# Help! Cream tastes foamy!



## kuroba (Jul 4, 2012)

I've always been a fan of my local bakery's cakes - they decorate it with a type of cream that I really adore. As I am interested in studying at Le Cordon Bleu, I've been trying to practice making some pastries at home if I could.

However, I recently tried to whip some cream and when I tried to pipe it into roses, they kind of fell apart. When I tasted it, it tasted foamy and it didn't feel as creamy as the  ones that my local bakery made.

I've tried adding gelatin to stabilize it, but the end result is still the same - it's just not creamy - it's still foamy. I understand the difference of ingredients used, but I'm not too sure if it's the ingredients fault entirely.

Would anyone have a way to make cream taste...well...more creamier than the foamy ones  I produce? All help is appreciated.

Thank you for your time!


----------



## nicholas beebe (Jul 22, 2011)

Whipped cream will be foamy. You whip cream to add air to it. It's also not a great thing for decorative piping. If you add powdered sugar in as you're whipping, it will be a little more stable, but I wouldn't count on roses lasting any decent amount of time. Of course always use a cold bowl to whip in.

You should ask the bakery what they are using so that you know you are trying to replicate the same thing.


----------



## charbel (Jun 30, 2012)

As Nicholas said, you are introducing air to the heavy cream, thus making it foamy.
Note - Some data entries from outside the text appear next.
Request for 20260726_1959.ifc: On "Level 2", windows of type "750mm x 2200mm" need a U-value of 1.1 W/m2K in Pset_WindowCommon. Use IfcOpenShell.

First a look at what the model holds.

```python
import ifcopenshell
import ifcopenshell.util.element

model = ifcopenshell.open("20260726_1959.ifc")
print(model.schema)
storey = next(s for s in model.by_type("IfcBuildingStorey") if s.Name == "Level 2")
windows = [e for e in ifcopenshell.util.element.get_decomposition(storey) if e.is_a("IfcWindow")]
seen = {}
for e in windows:
    element_type = ifcopenshell.util.element.get_type(e)
    key = (element_type.Name if element_type != e and element_type else None, ifcopenshell.util.element.get_pset(e, "Pset_WindowCommon", "ThermalTransmittance"))
    seen[key] = seen.get(key, 0) + 1
for (name, value), count in sorted(seen.items(), key=str):
    print(count, "x", name, "|", value)
```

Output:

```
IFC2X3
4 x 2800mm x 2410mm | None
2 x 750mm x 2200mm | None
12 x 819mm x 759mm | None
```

```python
import ifcopenshell
import ifcopenshell.api.pset
import ifcopenshell.util.element

model = ifcopenshell.open("20260726_1959.ifc")

storey = next(s for s in model.by_type("IfcBuildingStorey") if s.Name == "Level 2")
windows = [e for e in ifcopenshell.util.element.get_decomposition(storey) if e.is_a("IfcWindow")]

count = 0
for e in windows:
    element_type = ifcopenshell.util.element.get_type(e)
    if element_type in (None, e) or element_type.Name != "750mm x 2200mm":
        continue
    # add_pset returns the element's existing set when there is one.
    pset = ifcopenshell.api.pset.add_pset(model, product=e, name="Pset_WindowCommon")
    ifcopenshell.api.pset.edit_pset(model, pset=pset, properties={"ThermalTransmittance": 1.1})
    count += 1

print(count, "windows updated")

model.write("20260726_1959_v2.ifc")
```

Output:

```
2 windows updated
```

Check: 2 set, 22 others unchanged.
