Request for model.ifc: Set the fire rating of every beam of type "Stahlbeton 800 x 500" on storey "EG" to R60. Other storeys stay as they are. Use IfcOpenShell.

First a look at what the model holds.

```python
import ifcopenshell
import ifcopenshell.util.element

model = ifcopenshell.open("model.ifc")
print(model.schema)
storey = next(s for s in model.by_type("IfcBuildingStorey") if s.Name == "EG")
beams = [e for e in ifcopenshell.util.element.get_decomposition(storey) if e.is_a("IfcBeam")]
seen = {}
for e in beams:
    element_type = ifcopenshell.util.element.get_type(e)
    key = (element_type.Name if element_type != e and element_type else None, ifcopenshell.util.element.get_pset(e, "Pset_BeamCommon", "FireRating"))
    seen[key] = seen.get(key, 0) + 1
for (name, value), count in sorted(seen.items(), key=str):
    print(count, "x", name, "|", value)
```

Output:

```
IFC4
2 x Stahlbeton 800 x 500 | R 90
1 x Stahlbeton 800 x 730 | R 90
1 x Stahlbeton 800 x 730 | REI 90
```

```python
import ifcopenshell
import ifcopenshell.api.pset
import ifcopenshell.util.element

model = ifcopenshell.open("model.ifc")

storey = next(s for s in model.by_type("IfcBuildingStorey") if s.Name == "EG")
beams = [e for e in ifcopenshell.util.element.get_decomposition(storey) if e.is_a("IfcBeam")]

count = 0
for e in beams:
    element_type = ifcopenshell.util.element.get_type(e)
    if element_type in (None, e) or element_type.Name != "Stahlbeton 800 x 500":
        continue
    # add_pset returns the element's existing set when there is one.
    pset = ifcopenshell.api.pset.add_pset(model, product=e, name="Pset_BeamCommon")
    ifcopenshell.api.pset.edit_pset(model, pset=pset, properties={"FireRating": "R60"})
    count += 1

print(count, "beams updated")

model.write("model_updated.ifc")
```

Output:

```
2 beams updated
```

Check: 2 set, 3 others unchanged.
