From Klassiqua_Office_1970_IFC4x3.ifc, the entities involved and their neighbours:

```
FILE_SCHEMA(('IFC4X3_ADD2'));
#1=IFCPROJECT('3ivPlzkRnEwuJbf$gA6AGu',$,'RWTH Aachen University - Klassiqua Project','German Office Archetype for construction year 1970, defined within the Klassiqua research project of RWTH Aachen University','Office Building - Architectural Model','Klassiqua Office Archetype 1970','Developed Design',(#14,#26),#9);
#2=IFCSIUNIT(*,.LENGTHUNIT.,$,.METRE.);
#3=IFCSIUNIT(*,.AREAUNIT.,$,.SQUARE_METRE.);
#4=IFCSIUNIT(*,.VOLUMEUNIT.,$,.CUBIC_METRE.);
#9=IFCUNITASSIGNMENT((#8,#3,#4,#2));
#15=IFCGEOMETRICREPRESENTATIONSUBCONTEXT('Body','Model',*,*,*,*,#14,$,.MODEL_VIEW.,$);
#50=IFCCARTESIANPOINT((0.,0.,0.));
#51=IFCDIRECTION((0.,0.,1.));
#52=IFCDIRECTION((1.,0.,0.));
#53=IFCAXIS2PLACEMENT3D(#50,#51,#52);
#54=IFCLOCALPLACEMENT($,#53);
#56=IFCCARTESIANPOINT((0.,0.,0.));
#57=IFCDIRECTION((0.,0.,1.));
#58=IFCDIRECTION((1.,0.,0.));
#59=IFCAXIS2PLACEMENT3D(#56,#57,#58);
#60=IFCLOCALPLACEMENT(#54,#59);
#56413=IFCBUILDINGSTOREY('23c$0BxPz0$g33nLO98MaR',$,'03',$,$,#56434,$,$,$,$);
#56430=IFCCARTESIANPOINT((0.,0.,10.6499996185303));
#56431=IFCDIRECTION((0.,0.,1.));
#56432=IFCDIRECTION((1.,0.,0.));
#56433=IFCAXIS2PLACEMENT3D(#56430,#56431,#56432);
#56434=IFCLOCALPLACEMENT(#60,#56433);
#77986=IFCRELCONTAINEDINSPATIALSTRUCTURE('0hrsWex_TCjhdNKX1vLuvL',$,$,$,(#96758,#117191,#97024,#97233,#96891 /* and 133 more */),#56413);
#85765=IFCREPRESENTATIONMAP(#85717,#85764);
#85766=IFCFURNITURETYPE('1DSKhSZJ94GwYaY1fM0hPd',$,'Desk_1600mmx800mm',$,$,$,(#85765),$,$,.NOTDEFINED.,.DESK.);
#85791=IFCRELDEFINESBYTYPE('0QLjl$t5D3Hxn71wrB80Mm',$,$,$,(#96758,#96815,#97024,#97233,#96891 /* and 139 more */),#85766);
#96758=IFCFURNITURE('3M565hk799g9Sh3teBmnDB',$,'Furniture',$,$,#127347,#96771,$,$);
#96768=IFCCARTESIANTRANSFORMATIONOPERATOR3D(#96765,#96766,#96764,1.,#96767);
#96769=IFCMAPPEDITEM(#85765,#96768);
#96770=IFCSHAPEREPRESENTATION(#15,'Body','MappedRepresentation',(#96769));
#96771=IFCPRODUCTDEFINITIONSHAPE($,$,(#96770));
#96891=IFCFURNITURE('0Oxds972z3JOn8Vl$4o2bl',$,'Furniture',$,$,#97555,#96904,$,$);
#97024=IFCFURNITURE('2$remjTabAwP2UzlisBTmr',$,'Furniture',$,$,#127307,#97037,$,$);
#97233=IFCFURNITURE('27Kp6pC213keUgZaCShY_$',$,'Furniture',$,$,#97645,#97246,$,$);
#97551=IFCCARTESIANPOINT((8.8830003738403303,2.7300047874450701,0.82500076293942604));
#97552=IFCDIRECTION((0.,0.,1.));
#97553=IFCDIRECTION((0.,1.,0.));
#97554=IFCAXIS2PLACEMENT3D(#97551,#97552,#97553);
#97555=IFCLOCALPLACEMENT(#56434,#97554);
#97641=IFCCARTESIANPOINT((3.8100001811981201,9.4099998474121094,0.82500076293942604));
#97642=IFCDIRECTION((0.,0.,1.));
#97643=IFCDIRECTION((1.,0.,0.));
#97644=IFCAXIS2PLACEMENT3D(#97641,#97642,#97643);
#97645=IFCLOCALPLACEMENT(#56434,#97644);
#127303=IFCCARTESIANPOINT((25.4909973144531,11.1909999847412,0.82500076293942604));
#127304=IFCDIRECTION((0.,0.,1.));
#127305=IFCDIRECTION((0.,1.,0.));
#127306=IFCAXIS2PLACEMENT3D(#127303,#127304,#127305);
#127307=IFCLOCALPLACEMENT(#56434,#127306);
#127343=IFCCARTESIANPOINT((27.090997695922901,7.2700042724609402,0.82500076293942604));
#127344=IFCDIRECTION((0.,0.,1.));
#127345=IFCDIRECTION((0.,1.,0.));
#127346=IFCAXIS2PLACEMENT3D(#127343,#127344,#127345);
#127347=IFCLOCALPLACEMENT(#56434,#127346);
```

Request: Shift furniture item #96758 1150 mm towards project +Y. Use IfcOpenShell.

```python
import ifcopenshell
import ifcopenshell.api.geometry
import ifcopenshell.util.placement
import ifcopenshell.util.unit

model = ifcopenshell.open("Klassiqua_Office_1970_IFC4x3.ifc")
unit_scale = ifcopenshell.util.unit.calculate_unit_scale(model)

item = model.by_guid("3M565hk799g9Sh3teBmnDB")
matrix = ifcopenshell.util.placement.get_local_placement(item.ObjectPlacement)
matrix[1, 3] += 1.15 / unit_scale
ifcopenshell.api.geometry.edit_object_placement(model, product=item, matrix=matrix, is_si=False)

print(ifcopenshell.util.placement.get_local_placement(item.ObjectPlacement).round(3) + 0.0)

model.write("Klassiqua_Office_1970_IFC4x3_v2.ifc")
```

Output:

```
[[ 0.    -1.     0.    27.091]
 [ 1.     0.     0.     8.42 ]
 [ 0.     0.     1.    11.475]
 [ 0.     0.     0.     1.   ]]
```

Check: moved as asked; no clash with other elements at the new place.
Adding sugar would add some stability, but if it fell apart that might be a sign that you overwhipped it.

Most likely, your bakery is not using whipped cream.
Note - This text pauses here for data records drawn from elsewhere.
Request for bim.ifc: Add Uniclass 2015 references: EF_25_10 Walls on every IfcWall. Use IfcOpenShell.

First a look at what the model holds.

```python
import ifcopenshell

model = ifcopenshell.open("bim.ifc")
print(model.schema)
print("classifications:", [c.Name for c in model.by_type("IfcClassification")])
for ifc_class in ("IfcDoor", "IfcRoof", "IfcStair", "IfcWall", "IfcWindow"):
    print(ifc_class, len(model.by_type(ifc_class)))
```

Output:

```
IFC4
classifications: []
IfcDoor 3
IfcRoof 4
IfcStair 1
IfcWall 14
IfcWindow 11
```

```python
import ifcopenshell
import ifcopenshell.api.classification

model = ifcopenshell.open("bim.ifc")

system = ifcopenshell.api.classification.add_classification(model, classification="Uniclass 2015")

codes = {
    "IfcWall": ("EF_25_10", "Walls"),
}
for ifc_class, (code, name) in codes.items():
    products = model.by_type(ifc_class)
    ifcopenshell.api.classification.add_reference(
        model, products=products, classification=system, identification=code, name=name
    )
    print(code, len(products))

model.write("bim_edited.ifc")
```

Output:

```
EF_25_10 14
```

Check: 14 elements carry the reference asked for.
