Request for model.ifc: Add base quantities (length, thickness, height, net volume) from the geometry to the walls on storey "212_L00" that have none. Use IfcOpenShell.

First a look at what the model holds.

```python
import ifcopenshell
import ifcopenshell.util.element
import ifcopenshell.util.unit

model = ifcopenshell.open("model.ifc")
print(model.schema)
for unit_type in ("LENGTHUNIT", "AREAUNIT", "VOLUMEUNIT"):
    print(unit_type, ifcopenshell.util.unit.calculate_unit_scale(model, unit_type))
storey = next(s for s in model.by_type("IfcBuildingStorey") if s.Name == "212_L00")
walls = [e for e in ifcopenshell.util.element.get_decomposition(storey) if e.is_a("IfcWall")]
for e in sorted(walls, key=lambda e: e.id()):
    print(e.id(), e.is_a(), e.Name, list(ifcopenshell.util.element.get_psets(e, qtos_only=True)), sep=" | ")
```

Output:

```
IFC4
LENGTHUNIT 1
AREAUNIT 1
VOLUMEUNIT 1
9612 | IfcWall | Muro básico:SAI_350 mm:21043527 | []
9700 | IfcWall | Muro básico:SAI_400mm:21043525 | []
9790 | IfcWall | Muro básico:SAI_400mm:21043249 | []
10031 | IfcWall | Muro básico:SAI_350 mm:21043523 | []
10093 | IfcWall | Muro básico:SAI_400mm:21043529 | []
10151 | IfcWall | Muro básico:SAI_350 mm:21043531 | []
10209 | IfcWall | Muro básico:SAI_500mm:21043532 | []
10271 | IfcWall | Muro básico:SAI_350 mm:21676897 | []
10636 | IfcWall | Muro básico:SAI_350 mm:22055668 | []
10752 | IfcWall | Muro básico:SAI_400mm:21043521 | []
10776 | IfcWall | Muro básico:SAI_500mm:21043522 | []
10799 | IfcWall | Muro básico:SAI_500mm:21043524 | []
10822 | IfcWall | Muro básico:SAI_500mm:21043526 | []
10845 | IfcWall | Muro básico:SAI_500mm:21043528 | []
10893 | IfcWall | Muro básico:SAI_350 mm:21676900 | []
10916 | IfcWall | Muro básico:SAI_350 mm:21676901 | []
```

```python
import ifcopenshell
import ifcopenshell.api.pset
import ifcopenshell.geom
import ifcopenshell.util.element
import ifcopenshell.util.shape
import ifcopenshell.util.unit

model = ifcopenshell.open("model.ifc")
unit_scale = ifcopenshell.util.unit.calculate_unit_scale(model)
volume_scale = ifcopenshell.util.unit.calculate_unit_scale(model, "VOLUMEUNIT")
settings = ifcopenshell.geom.settings()

storey = next(s for s in model.by_type("IfcBuildingStorey") if s.Name == "212_L00")
walls = [e for e in ifcopenshell.util.element.get_decomposition(storey) if e.is_a("IfcWall")]

for e in sorted(walls, key=lambda e: e.id()):
    if ifcopenshell.util.element.get_psets(e, qtos_only=True, should_inherit=False):
        continue
    # Geometry comes back in metres, in the element's own axes.
    shape = ifcopenshell.geom.create_shape(settings, e)
    values = {
        "Length": ifcopenshell.util.shape.get_x(shape.geometry) / unit_scale,
        "Width": ifcopenshell.util.shape.get_y(shape.geometry) / unit_scale,
        "Height": ifcopenshell.util.shape.get_z(shape.geometry) / unit_scale,
        "NetVolume": ifcopenshell.util.shape.get_volume(shape.geometry) / volume_scale,
    }
    qto = ifcopenshell.api.pset.add_qto(model, product=e, name="Qto_WallBaseQuantities")
    ifcopenshell.api.pset.edit_qto(model, qto=qto, properties=values)
    print(e.id(), {k: round(v, 3) for k, v in values.items()})

model.write("model_rev.ifc")
```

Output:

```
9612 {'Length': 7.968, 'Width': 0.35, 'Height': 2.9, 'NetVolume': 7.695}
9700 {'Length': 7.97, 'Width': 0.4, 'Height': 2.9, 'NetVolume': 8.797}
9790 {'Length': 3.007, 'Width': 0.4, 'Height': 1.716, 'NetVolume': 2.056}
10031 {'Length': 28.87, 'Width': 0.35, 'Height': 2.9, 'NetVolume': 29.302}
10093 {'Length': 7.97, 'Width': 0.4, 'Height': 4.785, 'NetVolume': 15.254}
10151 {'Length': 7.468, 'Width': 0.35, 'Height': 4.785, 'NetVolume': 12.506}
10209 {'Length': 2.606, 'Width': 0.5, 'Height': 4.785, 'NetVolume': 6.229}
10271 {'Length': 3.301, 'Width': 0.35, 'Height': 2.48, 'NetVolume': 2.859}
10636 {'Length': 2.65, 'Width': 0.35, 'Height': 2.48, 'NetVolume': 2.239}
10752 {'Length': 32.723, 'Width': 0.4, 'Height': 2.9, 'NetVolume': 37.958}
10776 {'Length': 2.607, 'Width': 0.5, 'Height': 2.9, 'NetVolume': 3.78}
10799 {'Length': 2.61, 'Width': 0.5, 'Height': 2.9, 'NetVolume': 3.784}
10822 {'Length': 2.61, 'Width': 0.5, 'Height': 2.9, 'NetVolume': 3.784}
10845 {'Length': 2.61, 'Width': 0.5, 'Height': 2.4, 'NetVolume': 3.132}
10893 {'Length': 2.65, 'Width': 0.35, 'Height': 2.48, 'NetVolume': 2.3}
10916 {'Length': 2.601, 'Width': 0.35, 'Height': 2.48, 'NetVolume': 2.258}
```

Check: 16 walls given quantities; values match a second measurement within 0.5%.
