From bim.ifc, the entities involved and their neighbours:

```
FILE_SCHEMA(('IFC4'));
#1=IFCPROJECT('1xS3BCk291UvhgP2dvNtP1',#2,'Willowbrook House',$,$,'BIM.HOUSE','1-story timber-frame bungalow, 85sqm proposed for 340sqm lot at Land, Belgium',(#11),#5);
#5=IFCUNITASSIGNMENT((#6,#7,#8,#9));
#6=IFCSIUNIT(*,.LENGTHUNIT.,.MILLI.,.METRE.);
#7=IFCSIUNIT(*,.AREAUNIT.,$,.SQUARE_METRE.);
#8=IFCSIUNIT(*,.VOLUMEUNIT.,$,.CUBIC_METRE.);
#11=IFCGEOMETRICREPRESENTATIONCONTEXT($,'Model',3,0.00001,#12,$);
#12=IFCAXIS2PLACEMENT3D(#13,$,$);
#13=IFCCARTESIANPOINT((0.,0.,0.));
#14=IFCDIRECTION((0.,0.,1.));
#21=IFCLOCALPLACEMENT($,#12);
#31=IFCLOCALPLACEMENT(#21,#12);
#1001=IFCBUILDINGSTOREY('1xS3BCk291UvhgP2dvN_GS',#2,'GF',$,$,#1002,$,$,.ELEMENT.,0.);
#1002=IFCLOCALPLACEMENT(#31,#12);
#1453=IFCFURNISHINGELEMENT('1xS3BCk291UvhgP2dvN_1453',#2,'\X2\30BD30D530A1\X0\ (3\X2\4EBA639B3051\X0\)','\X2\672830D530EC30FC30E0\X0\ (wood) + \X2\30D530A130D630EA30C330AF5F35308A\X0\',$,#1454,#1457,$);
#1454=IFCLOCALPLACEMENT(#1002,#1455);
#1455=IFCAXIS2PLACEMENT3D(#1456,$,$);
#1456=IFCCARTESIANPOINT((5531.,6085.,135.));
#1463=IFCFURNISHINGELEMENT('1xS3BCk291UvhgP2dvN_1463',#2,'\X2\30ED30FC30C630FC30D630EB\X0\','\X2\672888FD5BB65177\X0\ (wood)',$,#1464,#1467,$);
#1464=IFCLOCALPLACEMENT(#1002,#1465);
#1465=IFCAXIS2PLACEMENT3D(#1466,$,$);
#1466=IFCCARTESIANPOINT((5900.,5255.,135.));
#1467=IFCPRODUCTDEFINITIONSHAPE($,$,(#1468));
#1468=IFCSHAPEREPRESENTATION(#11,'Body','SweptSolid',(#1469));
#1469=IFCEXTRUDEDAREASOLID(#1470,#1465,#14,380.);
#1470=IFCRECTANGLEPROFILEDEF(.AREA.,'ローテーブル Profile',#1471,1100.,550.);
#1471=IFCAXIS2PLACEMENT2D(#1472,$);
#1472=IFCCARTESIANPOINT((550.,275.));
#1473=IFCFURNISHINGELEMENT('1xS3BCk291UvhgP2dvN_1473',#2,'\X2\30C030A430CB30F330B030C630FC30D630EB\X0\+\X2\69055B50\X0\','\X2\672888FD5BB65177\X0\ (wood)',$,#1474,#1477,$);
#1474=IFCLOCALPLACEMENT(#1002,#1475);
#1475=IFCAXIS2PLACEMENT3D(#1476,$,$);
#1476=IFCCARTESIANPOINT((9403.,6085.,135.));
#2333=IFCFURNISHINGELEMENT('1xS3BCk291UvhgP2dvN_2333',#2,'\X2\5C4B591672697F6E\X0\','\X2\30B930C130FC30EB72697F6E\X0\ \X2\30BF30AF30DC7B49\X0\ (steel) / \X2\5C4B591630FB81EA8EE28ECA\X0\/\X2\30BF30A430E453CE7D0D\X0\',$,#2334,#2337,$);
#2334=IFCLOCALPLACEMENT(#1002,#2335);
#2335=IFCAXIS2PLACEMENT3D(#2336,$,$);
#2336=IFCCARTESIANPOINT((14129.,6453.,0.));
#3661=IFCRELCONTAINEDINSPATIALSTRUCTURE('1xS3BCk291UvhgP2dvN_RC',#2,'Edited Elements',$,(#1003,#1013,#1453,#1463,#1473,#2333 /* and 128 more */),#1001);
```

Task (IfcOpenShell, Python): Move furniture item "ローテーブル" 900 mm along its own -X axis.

```python
import ifcopenshell
import ifcopenshell.api.geometry
import ifcopenshell.util.placement

model = ifcopenshell.open("bim.ifc")

item = model.by_id(1463)
matrix = ifcopenshell.util.placement.get_local_placement(item.ObjectPlacement)
matrix[:3, 3] -= matrix[:3, 0] * 900.0
ifcopenshell.api.geometry.edit_object_placement(model, product=item, matrix=matrix, is_si=False)

print(ifcopenshell.util.placement.get_local_placement(item.ObjectPlacement).round(3) + 0.0)

model.write("bim_rev.ifc")
```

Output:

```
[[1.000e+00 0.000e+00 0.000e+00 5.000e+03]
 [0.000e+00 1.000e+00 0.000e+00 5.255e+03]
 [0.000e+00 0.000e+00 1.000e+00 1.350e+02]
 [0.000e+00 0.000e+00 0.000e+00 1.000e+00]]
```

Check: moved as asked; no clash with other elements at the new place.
btw, I am a current student at Le Cordon Bleu.


----------



## siduri (Aug 13, 2006)

Actually, whipped cream should not feel "foamy" which implies loose larger bubbles - that's what it feels like if underwhipped.. Foamy is like shaving cream when the gas is finishing in the can- runny and bubbly.  It should be so dense, the bubbles so small, that it's like shaving cream from a new can, just shaken and squirted.    It should feel soft and creamy.  It should hold its shape.  But it won't make roses.  You can decorate with it, i do all the time, with swirls using a large tip with zigzaggy edge or a smaller round tip.  You can write with it.  but not roses, which require a very dense frosting that will hold up without resting on the petal below.  . 

If you want a more stable whipped cream, make italian meringue and beat till cooled to room temp, then whip cream and fold in.  Or beat some cream cheese, then beat in the sugar and then the cream in a thin stream and beat till it makes peaks, and it will hold up better.  I still don;t think you'll get rose petals out of it.  it's too heavy and too wet.


----------